In our previous study, we found no association between HTR2A and mood disorders, including MDD and bipolar disorder, in the Japanese population (Kishi et al. 2009c). Here, we conducted a replication association study using a sample larger than those in the two Japanese original studies (265 MDD patients), and found that four SNPs, two functional SNPs (-A1438G: rs6311 and T102C: rs6313) and two SNPs (rs7997012 and rs1928040) in HTR2A, were associated with the therapeutic response to SSRIs.
Materials and Methods
Subjects
Two hundred and sixty-five MDD patients participated in this study. These patients had been diagnosed according to DSM-IV criteria with the consensus of at least two experienced psychiatrists on the basis of a review of medical records and assessment with the Structured Interview Guide for Hamilton Rating Scale for Depression (SIGH-D) (Williams 1988). None had severe medical complications such as cirrhosis, renal failure, heart failure, or other Axis-I disorders according to DSM-IV.
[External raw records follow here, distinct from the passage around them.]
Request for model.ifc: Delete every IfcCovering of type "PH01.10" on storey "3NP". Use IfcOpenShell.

First a look at what the model holds.

```python
import ifcopenshell
import ifcopenshell.util.element

model = ifcopenshell.open("model.ifc")
print(model.schema)
storey = next(s for s in model.by_type("IfcBuildingStorey") if s.Name == "3NP")
coverings = [e for e in ifcopenshell.util.element.get_decomposition(storey) if e.is_a("IfcCovering")]
seen = {}
for e in coverings:
    element_type = ifcopenshell.util.element.get_type(e)
    name = element_type.Name if element_type not in (None, e) else None
    seen[name] = seen.get(name, 0) + 1
for name, count in sorted(seen.items(), key=str):
    print(count, "x", name)
```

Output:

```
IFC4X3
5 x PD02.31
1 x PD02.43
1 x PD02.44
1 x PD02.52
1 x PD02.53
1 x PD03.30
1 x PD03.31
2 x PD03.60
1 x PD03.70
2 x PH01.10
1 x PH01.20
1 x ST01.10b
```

```python
import ifcopenshell
import ifcopenshell.api.root
import ifcopenshell.util.element

model = ifcopenshell.open("model.ifc")

storey = next(s for s in model.by_type("IfcBuildingStorey") if s.Name == "3NP")
coverings = [e for e in ifcopenshell.util.element.get_decomposition(storey) if e.is_a("IfcCovering")]
targets = [e for e in coverings if (t := ifcopenshell.util.element.get_type(e)) not in (None, e) and t.Name == "PH01.10"]

for e in targets:
    ifcopenshell.api.root.remove_product(model, product=e)
print(len(targets), "removed")

model.write("model_rev.ifc")
```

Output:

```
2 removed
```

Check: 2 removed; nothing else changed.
Participating patients took fluvoxamine two or three times a day and sertraline and paroxetine one or two times a day for 8 weeks. Fluvoxamine, sertraline, and paroxetine were increased gradually to a maximum of 150, 100, and 40 mg, respectively, depending on the patients’ condition. Patients with insomnia and severe anxiety were prescribed benzodiazepine drugs, but no other psychotropic drugs were permitted during the study. The study was described to subjects and written informed consent was obtained from each. This study was approved by the Ethics Committee at Fujita Health University and University of Occupational and Environmental Health.
Data Collection
The scores of the 265 MDD patients in this study on the 17 items of the SIGH-D were 12 or higher (Peveler and Kendrick 2005). We defined a clinical response as a decrease of more than 50% in baseline SIGH-D within 8 weeks, and clinical remission as a SIGH-D score of less than 7 at 8 weeks. Detailed information on data collection was described in a previous article (Saito et al. 2006). The clinical characteristics of the patients in this study, classified according to these definitions, can be seen Table 1.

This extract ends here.